I'm not sure what compelled me to take a photo of it before she decided to eat it.
But I'm so glad I did.....

Friday, December 30, 2011

farewell 2011


As I look back at 2011 the word that comes to mind is pretty clear.
Mom.
Or more accurately "momma."
My life has pretty much become all about Lulu. At least for the most part.
And although I never thought it would happen to me, I'm completely okay with that.
Being a SAH mom is really such a blessing.
Geez, it only took me 6 years to completely embrace this...
Ironic, considering that I'm going to try to work more this year now that Lulu is in school full time.
Better late than never I suppose.

I love that I've been able to go on all Lulu's school trips and volunteer in her class and to always be so available for her.
Especially during these early "foundation" years.
I wouldn't trade any of that for the coolest photo job opportunity.

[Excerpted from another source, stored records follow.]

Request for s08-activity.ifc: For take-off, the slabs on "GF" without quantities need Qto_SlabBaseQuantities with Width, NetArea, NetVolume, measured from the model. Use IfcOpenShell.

First a look at what the model holds.

```python
import ifcopenshell
import ifcopenshell.util.element
import ifcopenshell.util.unit

model = ifcopenshell.open("s08-activity.ifc")
print(model.schema)
for unit_type in ("LENGTHUNIT", "AREAUNIT", "VOLUMEUNIT"):
    print(unit_type, ifcopenshell.util.unit.calculate_unit_scale(model, unit_type))
storey = next(s for s in model.by_type("IfcBuildingStorey") if s.Name == "GF")
slabs = [e for e in ifcopenshell.util.element.get_decomposition(storey) if e.is_a("IfcSlab")]
for e in sorted(slabs, key=lambda e: e.id()):
    print(e.id(), e.is_a(), e.Name, list(ifcopenshell.util.element.get_psets(e, qtos_only=True)), sep=" | ")
```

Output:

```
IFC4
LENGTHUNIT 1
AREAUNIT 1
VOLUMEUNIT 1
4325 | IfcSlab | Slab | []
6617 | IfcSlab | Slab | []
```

```python
import ifcopenshell
import ifcopenshell.api.pset
import ifcopenshell.geom
import ifcopenshell.util.element
import ifcopenshell.util.shape
import ifcopenshell.util.unit

model = ifcopenshell.open("s08-activity.ifc")
unit_scale = ifcopenshell.util.unit.calculate_unit_scale(model)
area_scale = ifcopenshell.util.unit.calculate_unit_scale(model, "AREAUNIT")
volume_scale = ifcopenshell.util.unit.calculate_unit_scale(model, "VOLUMEUNIT")
settings = ifcopenshell.geom.settings()

storey = next(s for s in model.by_type("IfcBuildingStorey") if s.Name == "GF")
slabs = [e for e in ifcopenshell.util.element.get_decomposition(storey) if e.is_a("IfcSlab")]

for e in sorted(slabs, key=lambda e: e.id()):
    if ifcopenshell.util.element.get_psets(e, qtos_only=True, should_inherit=False):
        continue
    # Geometry comes back in metres, in the element's own axes.
    shape = ifcopenshell.geom.create_shape(settings, e)
    values = {
        "Width": ifcopenshell.util.shape.get_z(shape.geometry) / unit_scale,
        "NetArea": ifcopenshell.util.shape.get_footprint_area(shape.geometry) / area_scale,
        "NetVolume": ifcopenshell.util.shape.get_volume(shape.geometry) / volume_scale,
    }
    qto = ifcopenshell.api.pset.add_qto(model, product=e, name="Qto_SlabBaseQuantities")
    ifcopenshell.api.pset.edit_qto(model, qto=qto, properties=values)
    print(e.id(), {k: round(v, 3) for k, v in values.items()})

model.write("s08-activity-out.ifc")
```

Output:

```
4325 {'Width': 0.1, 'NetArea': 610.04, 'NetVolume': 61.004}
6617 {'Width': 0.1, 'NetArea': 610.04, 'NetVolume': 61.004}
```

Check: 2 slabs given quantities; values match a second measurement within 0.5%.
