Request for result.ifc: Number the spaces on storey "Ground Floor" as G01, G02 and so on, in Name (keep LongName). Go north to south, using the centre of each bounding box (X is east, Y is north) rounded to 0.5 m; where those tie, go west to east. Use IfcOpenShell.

First a look at what the model holds.

```python
import ifcopenshell
import ifcopenshell.util.element
import ifcopenshell.util.placement

model = ifcopenshell.open("result.ifc")
print(model.schema)
storey = next(s for s in model.by_type("IfcBuildingStorey") if s.Name == "Ground Floor")
spaces = [e for e in ifcopenshell.util.element.get_decomposition(storey) if e.is_a("IfcSpace")]
for e in sorted(spaces, key=lambda e: e.id()):
    origin = ifcopenshell.util.placement.get_local_placement(e.ObjectPlacement)[:3, 3]
    print(e.id(), e.Name, e.LongName, origin.round(2) + 0.0, sep=" | ")
```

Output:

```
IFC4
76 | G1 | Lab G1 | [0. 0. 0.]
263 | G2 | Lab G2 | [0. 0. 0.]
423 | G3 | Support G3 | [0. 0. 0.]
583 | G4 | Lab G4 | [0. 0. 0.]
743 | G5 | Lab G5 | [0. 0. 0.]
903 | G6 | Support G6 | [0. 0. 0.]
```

```python
import ifcopenshell
import ifcopenshell.geom
import ifcopenshell.util.element
import ifcopenshell.util.shape

model = ifcopenshell.open("result.ifc")
settings = ifcopenshell.geom.settings()
settings.set("use-world-coords", True)


def centre(element):
    shape = ifcopenshell.geom.create_shape(settings, element)
    return ifcopenshell.util.shape.get_bbox_centroid(shape.geometry)


storey = next(s for s in model.by_type("IfcBuildingStorey") if s.Name == "Ground Floor")
spaces = [e for e in ifcopenshell.util.element.get_decomposition(storey) if e.is_a("IfcSpace")]

# Insertion points can sit at a corner or the storey origin, so sort by the geometry (in metres).
centres = {e: centre(e) for e in spaces}
spaces.sort(key=lambda e: (-round(centres[e][1] / 0.5), centres[e][0]))

for i, e in enumerate(spaces, start=1):
    number = f"G{i:02d}"
    e.Name = number
    print(e.id(), number)

model.write("result_edited.ifc")
```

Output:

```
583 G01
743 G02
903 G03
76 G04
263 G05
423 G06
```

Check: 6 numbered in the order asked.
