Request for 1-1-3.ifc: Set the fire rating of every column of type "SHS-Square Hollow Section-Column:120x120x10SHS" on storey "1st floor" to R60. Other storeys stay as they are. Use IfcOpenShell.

First a look at what the model holds.

```python
import ifcopenshell
import ifcopenshell.util.element

model = ifcopenshell.open("1-1-3.ifc")
print(model.schema)
storey = next(s for s in model.by_type("IfcBuildingStorey") if s.Name == "1st floor")
columns = [e for e in ifcopenshell.util.element.get_decomposition(storey) if e.is_a("IfcColumn")]
seen = {}
for e in columns:
    element_type = ifcopenshell.util.element.get_type(e)
    key = (element_type.Name if element_type != e and element_type else None, ifcopenshell.util.element.get_pset(e, "Pset_ColumnCommon", "FireRating"))
    seen[key] = seen.get(key, 0) + 1
for (name, value), count in sorted(seen.items(), key=str):
    print(count, "x", name, "|", value)
```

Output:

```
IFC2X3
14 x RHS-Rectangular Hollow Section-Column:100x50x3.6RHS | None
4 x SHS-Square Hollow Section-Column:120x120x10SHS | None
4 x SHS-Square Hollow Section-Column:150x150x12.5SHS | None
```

```python
import ifcopenshell
import ifcopenshell.api.pset
import ifcopenshell.util.element

model = ifcopenshell.open("1-1-3.ifc")

storey = next(s for s in model.by_type("IfcBuildingStorey") if s.Name == "1st floor")
columns = [e for e in ifcopenshell.util.element.get_decomposition(storey) if e.is_a("IfcColumn")]

count = 0
for e in columns:
    element_type = ifcopenshell.util.element.get_type(e)
    if element_type in (None, e) or element_type.Name != "SHS-Square Hollow Section-Column:120x120x10SHS":
        continue
    # add_pset returns the element's existing set when there is one.
    pset = ifcopenshell.api.pset.add_pset(model, product=e, name="Pset_ColumnCommon")
    ifcopenshell.api.pset.edit_pset(model, pset=pset, properties={"FireRating": "R60"})
    count += 1

print(count, "columns updated")

model.write("1-1-3_rev.ifc")
```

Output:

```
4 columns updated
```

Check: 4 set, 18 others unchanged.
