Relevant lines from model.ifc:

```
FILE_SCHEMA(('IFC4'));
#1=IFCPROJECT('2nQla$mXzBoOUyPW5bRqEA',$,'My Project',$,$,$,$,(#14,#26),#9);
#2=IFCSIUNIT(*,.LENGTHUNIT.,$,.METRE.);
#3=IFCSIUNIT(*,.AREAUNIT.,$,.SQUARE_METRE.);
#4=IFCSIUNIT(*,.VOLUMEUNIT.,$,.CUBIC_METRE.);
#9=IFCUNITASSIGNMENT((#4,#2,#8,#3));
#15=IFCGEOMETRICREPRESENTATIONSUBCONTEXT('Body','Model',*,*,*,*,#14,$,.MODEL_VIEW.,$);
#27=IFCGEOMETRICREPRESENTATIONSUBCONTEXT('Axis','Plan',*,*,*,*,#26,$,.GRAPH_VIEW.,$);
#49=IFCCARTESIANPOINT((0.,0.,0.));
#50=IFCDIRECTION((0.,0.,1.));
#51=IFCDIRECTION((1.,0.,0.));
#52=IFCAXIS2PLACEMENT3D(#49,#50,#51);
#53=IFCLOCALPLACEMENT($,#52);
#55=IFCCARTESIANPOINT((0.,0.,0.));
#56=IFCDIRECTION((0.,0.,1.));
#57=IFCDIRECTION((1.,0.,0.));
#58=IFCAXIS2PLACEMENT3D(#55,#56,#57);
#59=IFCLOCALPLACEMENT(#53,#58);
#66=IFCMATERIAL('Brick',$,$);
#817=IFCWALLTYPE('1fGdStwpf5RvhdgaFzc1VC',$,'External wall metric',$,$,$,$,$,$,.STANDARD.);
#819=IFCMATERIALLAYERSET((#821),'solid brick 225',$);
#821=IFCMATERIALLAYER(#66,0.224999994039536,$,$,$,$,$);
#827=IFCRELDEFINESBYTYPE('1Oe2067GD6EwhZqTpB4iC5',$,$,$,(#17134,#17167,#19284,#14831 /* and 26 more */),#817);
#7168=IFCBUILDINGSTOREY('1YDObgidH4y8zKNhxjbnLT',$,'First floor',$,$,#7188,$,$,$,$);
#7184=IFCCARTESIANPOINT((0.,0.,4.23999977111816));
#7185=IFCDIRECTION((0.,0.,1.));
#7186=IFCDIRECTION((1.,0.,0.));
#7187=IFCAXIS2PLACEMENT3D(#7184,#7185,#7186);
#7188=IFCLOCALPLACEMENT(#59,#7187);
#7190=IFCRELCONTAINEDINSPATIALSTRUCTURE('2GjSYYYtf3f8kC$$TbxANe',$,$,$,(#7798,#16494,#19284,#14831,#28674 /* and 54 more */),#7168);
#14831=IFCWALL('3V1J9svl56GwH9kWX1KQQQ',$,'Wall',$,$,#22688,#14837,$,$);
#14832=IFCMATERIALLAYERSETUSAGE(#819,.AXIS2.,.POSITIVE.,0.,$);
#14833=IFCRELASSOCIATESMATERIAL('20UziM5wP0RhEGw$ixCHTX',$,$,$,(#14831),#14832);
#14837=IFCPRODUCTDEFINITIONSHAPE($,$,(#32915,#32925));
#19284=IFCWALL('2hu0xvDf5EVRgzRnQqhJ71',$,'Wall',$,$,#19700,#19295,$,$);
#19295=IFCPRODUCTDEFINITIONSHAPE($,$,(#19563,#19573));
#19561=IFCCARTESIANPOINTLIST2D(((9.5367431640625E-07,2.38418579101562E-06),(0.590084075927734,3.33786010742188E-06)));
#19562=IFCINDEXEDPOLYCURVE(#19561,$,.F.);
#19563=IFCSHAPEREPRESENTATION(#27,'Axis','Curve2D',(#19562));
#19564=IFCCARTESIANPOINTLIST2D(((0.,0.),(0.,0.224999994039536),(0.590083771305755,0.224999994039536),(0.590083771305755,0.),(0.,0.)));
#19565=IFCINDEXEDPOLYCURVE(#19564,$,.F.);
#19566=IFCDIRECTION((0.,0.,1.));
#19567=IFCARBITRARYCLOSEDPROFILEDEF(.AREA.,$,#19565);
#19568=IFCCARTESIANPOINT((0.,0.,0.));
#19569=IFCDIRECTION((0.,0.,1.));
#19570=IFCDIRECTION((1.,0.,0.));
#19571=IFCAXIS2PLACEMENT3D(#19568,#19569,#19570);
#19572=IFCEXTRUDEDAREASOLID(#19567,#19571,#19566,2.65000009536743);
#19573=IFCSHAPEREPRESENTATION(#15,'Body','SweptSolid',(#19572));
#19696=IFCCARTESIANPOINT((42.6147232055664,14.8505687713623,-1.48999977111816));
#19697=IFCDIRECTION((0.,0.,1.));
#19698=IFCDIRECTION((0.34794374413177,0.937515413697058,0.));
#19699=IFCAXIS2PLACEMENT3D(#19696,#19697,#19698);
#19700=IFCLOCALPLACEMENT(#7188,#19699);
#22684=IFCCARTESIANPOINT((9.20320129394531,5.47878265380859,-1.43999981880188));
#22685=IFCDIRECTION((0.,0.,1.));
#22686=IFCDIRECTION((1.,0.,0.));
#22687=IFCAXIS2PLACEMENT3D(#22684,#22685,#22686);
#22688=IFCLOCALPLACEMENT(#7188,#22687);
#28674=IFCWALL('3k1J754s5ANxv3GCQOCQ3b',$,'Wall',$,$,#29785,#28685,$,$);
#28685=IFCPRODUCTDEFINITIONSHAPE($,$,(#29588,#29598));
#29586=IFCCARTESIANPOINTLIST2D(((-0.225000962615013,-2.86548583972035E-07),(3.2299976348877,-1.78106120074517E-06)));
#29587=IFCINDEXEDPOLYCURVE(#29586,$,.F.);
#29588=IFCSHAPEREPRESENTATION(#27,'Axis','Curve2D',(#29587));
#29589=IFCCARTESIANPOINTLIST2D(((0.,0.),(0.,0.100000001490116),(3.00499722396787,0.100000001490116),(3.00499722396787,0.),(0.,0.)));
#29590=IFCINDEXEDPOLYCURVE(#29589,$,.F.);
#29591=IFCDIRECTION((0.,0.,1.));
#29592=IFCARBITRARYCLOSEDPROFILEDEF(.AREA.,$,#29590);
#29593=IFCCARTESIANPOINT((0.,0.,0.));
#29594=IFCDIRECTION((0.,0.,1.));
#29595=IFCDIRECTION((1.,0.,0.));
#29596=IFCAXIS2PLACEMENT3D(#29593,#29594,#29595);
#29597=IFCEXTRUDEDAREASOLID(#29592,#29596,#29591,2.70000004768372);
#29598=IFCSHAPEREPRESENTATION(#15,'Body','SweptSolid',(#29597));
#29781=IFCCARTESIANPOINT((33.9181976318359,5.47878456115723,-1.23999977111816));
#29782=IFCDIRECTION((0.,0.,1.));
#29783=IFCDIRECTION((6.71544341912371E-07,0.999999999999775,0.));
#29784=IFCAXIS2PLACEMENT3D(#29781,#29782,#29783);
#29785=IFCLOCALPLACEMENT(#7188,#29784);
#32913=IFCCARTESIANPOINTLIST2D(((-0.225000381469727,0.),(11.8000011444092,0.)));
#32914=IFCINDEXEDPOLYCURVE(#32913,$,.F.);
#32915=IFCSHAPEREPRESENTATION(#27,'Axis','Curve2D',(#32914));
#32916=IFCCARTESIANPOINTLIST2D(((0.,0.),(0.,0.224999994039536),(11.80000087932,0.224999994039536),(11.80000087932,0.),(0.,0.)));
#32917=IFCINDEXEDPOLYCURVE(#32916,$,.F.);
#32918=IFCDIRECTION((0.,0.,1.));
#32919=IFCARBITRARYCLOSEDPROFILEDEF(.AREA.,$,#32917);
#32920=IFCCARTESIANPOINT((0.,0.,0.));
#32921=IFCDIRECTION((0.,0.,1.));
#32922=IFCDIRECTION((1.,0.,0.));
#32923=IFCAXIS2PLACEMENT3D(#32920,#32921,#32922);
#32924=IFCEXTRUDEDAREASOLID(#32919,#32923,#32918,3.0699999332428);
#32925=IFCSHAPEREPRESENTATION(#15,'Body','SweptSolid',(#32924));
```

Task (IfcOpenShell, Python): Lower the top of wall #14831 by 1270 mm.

```python
import ifcopenshell
import ifcopenshell.geom
import ifcopenshell.util.representation
import ifcopenshell.util.shape
import ifcopenshell.util.unit

model = ifcopenshell.open("model.ifc")
unit_scale = ifcopenshell.util.unit.calculate_unit_scale(model)
settings = ifcopenshell.geom.settings()


def volume(element):
    """Net volume in cubic metres, openings subtracted."""
    shape = ifcopenshell.geom.create_shape(settings, element)
    return ifcopenshell.util.shape.get_volume(shape.geometry)


wall = model.by_id(14831)
before = volume(wall)

body = ifcopenshell.util.representation.get_representation(wall, "Model", "Body")
solid = body.Items[0]
old_height = solid.Depth
solid.Depth -= 1.27 / unit_scale
after = volume(wall)

print(f"height {old_height:g} -> {solid.Depth:g}, volume {before:.3f} -> {after:.3f} m3")

model.write("model_v2.ifc")
```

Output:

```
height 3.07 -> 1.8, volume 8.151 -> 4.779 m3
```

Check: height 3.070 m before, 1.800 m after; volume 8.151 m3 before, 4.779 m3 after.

I also enjoy having her little friends over for lunch and play dates now that they are a bit older.
5 & 6 year olds are so sweet and much easier to handle.
Especially when they give me rave reviews on my cooking.
Lulu loves to tell all her friends what a good cook her momma is and every day they all come up and hug me asking when they can come to our place.
Is there anything better than that?

I completely love walking her to & from school each day.
I'm tryng to savour these moments as much as I can, as I know they are fleeting.
Especially when I see a group of kids maybe 6 or 7 years older than she is now, that wouldn't be caught dead walking with their mom to school.
Don't even think about holding hands!
Puhlease.

I've never missed a baseball game, a dance lesson or piano lesson.
I have been able to take her to camps and other fun activities around town.
So glad I can watch Lulu experience new places and meet new friends and help to nurture that.


Speaking of new places.
We took some pretty fun trips this years as well.
Nothing too exotic, and always visiting with family, but that in itself was also a great experience.
Especially for Lulu.
L.A. in the spring
Connecticut and New York in the summer.
Some weekends spent up north and down in Niagara.
I'm thinking 2012 might involve some new and exciting destinations with just the three of us.
Stay tuned for that.


As much as parenting has been at the top of my personal list this year, big daddy & I managed to get out a bit more for some one on one time.
It's great to finally have a roster of good babysitters.
We still need to do some work in the marriage department (then again tell me one couple who doesn't after being together for 14 years!)
But I'm in it for the long haul, so I'll keep on booking those sitters and calling in Grandma & Grandpa more often.
Speaking of which, our families are all healthy (big sigh of relief..) and for once, this year wasn't filled with too much drama.
Love that.

Went to a bunch of great restaurants. All casual, which is much more the kind of meal I like to have these days anyways.
I'm so over rich reductions, foam and pretentious wanna-be-actor-waiters not to mention ridiculous wine prices.
But truth be told, I find I enjoy eating at home more and more, and I would much rather have friends over than eat out too often.
That being said it is nice to get a break from time to time.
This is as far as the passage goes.